■ **Task statement**: Copy each line of the listing that includes "IFCWALL".

■ **Records shown**:
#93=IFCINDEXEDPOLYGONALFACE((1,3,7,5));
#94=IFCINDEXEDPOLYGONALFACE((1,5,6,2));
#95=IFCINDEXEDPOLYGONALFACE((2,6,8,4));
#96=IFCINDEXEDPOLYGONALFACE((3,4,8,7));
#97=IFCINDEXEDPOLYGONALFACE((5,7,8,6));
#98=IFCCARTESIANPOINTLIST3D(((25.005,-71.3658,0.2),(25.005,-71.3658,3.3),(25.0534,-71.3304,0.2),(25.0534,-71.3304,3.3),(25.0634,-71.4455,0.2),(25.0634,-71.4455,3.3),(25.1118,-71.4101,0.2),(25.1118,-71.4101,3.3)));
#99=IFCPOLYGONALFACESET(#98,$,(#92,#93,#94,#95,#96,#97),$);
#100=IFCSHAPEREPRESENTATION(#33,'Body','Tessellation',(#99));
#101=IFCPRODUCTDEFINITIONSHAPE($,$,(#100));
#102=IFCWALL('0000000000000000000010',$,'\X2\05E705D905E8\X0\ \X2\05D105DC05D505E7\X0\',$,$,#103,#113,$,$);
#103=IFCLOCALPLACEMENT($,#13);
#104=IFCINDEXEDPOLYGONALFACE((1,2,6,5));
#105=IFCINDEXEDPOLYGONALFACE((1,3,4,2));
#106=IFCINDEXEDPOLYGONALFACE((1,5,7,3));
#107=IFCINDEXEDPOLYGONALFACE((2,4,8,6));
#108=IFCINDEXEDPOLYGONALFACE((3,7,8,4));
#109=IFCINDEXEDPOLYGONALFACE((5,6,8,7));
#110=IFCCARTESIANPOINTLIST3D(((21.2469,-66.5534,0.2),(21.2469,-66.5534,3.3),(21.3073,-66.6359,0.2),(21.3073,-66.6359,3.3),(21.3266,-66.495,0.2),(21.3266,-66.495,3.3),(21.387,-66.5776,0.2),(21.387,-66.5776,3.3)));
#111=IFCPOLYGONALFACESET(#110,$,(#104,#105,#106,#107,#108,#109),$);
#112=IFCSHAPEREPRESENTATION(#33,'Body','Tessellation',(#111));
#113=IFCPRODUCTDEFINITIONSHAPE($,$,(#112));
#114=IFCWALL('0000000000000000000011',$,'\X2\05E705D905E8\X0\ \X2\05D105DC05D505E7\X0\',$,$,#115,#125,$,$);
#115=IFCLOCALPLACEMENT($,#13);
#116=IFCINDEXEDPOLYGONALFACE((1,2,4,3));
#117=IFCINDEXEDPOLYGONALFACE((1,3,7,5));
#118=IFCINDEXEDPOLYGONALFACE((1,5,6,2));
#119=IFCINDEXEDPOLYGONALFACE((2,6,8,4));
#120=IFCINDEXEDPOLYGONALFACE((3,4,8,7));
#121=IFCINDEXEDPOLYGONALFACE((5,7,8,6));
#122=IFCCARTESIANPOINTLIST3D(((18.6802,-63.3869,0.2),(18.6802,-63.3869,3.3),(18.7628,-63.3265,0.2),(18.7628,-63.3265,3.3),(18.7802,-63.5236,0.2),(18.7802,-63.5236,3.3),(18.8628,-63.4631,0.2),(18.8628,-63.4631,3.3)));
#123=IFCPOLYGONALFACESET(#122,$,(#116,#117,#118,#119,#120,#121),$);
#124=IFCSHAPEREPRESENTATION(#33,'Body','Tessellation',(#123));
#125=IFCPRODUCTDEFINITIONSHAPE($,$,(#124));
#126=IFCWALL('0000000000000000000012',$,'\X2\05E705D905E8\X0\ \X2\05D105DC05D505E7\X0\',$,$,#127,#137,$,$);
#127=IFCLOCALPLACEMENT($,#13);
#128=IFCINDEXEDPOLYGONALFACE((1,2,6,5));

■ **Response to the task**:
#102=IFCWALL('0000000000000000000010',$,'\X2\05E705D905E8\X0\ \X2\05D105DC05D505E7\X0\',$,$,#103,#113,$,$);
#114=IFCWALL('0000000000000000000011',$,'\X2\05E705D905E8\X0\ \X2\05D105DC05D505E7\X0\',$,$,#115,#125,$,$);
#126=IFCWALL('0000000000000000000012',$,'\X2\05E705D905E8\X0\ \X2\05D105DC05D505E7\X0\',$,$,#127,#137,$,$);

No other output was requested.